A training data pipeline is the automated system that transforms raw source material into a format suitable for training large language models. It is the factory floor of AI development: pages, documents, and conversations enter at one end, and structured, deduplicated, validated datasets exit at the other.
Building a good pipeline is harder than it sounds. Raw data is messy. Web pages contain ads, navigation, and broken HTML. Books have page headers and footers. Conversations include typos, slang, and off-topic digressions. A pipeline must clean this input without destroying the valuable signal within it.
Stages of a training data pipeline
A typical pipeline has six to eight stages, each implemented as a transform that filters or enriches the data:
1. Ingestion
Collect raw source material from web crawls, APIs, file uploads, or existing datasets. At this stage, the data is in its native format: HTML, PDF, Word documents, JSON, or plain text.
2. Extraction
Pull the primary content out of its container. For HTML, this means removing boilerplate (headers, footers, ads, sidebars) and keeping the article body. For PDFs, this means converting to text while preserving paragraph structure.
3. Normalization
Convert everything to a consistent format. Common choices:
- Markdown for text documents
- JSONL for structured records
- Parquet for columnar storage at scale
{"text": "The quick brown fox...", "source": "https://example.com/article", "language": "en"}{"text": "Machine learning is...", "source": "https://example.com/blog", "language": "en"}4. Deduplication
Remove exact duplicates and near-duplicates. Techniques include:
- Exact matching - Hash-based comparison of full documents
- MinHash - Probabilistic algorithm for finding near-duplicates in large datasets
- SimHash - Locality-sensitive hashing for fuzzy deduplication
- Semantic deduplication - Embedding documents and clustering by similarity
Deduplication matters because training on repeated content wastes compute and can cause the model to overfit to common phrases.
5. Quality filtering
Apply heuristics to remove low-quality documents:
- Language detection (keep only high-confidence target language)
- Readability scores
- Text-to-markup ratio
- Punctuation and symbol density
- Sentence length distribution
- Stop word presence
6. Content filtering
Remove harmful, sensitive, or unwanted material:
- Toxicity classifiers
- PII detection and redaction
- Adult content filters
- Copyrighted material detection
- Bias mitigation strategies
7. Formatting for training
Structure the data for the specific training objective:
- Pre-training - Simple text sequences with tokenization
- Instruction tuning -
{instruction, input, output}triples or conversation threads - RLHF - Prompts with ranked response pairs from human annotators
8. Validation
Verify the dataset before it goes to the model:
- Statistical checks on length distributions and token counts
- Manual spot-checks of random samples
- Automated tests for data leakage (ensuring evaluation benchmarks do not appear in training)

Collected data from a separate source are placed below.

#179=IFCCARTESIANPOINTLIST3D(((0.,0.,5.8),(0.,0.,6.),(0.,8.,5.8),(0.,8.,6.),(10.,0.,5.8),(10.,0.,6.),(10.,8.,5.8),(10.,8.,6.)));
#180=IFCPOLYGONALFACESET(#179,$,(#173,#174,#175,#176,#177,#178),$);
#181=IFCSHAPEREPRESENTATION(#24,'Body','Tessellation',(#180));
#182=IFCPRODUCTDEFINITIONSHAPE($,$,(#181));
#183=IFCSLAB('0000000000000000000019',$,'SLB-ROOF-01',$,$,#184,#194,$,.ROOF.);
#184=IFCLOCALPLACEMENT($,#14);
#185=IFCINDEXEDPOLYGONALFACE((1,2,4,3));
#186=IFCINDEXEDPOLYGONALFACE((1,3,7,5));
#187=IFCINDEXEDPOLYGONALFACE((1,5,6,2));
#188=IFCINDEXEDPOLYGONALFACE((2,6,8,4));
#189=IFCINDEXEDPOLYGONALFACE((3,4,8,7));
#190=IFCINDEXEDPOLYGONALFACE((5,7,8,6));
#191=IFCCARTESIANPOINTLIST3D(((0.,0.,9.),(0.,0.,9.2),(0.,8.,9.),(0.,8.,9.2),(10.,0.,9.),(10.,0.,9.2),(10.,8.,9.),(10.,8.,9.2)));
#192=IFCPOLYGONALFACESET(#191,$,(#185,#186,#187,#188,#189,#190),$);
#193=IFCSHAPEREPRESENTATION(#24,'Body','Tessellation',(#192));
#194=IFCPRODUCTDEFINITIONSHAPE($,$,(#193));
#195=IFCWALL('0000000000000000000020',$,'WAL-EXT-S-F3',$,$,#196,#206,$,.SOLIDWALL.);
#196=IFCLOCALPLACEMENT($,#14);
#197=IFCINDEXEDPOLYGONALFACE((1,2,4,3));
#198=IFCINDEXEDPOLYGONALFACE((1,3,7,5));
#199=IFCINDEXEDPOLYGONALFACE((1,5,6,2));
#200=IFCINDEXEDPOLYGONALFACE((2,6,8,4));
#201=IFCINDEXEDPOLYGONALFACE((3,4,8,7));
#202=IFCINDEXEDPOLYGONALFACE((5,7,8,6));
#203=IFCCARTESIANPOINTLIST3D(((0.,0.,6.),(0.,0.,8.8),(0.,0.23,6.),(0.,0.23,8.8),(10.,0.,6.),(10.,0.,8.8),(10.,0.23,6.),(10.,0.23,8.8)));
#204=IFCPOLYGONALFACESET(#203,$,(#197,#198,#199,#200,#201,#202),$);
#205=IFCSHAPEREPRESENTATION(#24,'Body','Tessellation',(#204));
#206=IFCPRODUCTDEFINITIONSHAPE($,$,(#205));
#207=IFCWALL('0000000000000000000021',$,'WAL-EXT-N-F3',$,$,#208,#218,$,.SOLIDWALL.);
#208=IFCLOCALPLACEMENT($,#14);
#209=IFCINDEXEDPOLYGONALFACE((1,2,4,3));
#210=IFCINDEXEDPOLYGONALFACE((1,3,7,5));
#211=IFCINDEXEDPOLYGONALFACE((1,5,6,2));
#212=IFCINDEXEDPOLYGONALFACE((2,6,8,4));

- Format validation against the expected schema
Pipeline quality determines model quality
The phrase “garbage in, garbage out” applies strongly to language models. A model trained on clean, diverse, well-structured data will outperform a model trained on a larger but noisier dataset. Recent research has shown that careful curation can match or exceed the benefits of simply scaling data volume.
For example, the Llama 2 paper emphasized data quality improvements over pure scale. The training corpus was heavily deduplicated and filtered, resulting in better performance with less total data than some competitors.
Pipeline tools and frameworks
- HuggingFace Datasets - A library for loading, processing, and sharing datasets
- Dolma - AI2’s open data pipeline for pre-training
- Data-Juicer - A one-stop data processing system for LLM training
- Crawler tools - First-stage ingestion from web sources
- Spark / Ray - Distributed processing for billion-document scales
How crawler.sh fits into training pipelines
crawler.sh serves as the ingestion and extraction layer of a training data pipeline. It replaces the custom crawler and HTML-to-text converter that most teams build themselves:
# Crawl a site and export clean Markdowncrawler crawl https://docs.example.com --max-depth 3 --render --output archive.zip
# Extracted Markdown files are ready for the normalization stageThe output is structured, clean, and formatted consistently. Each page becomes a Markdown file with metadata in the frontmatter. This integrates directly with pipeline tools like HuggingFace Datasets or custom preprocessing scripts.
For teams building domain-specific models, crawler.sh enables targeted collection: crawl a set of authoritative sources, extract the content, and feed it into the pipeline as high-quality training material.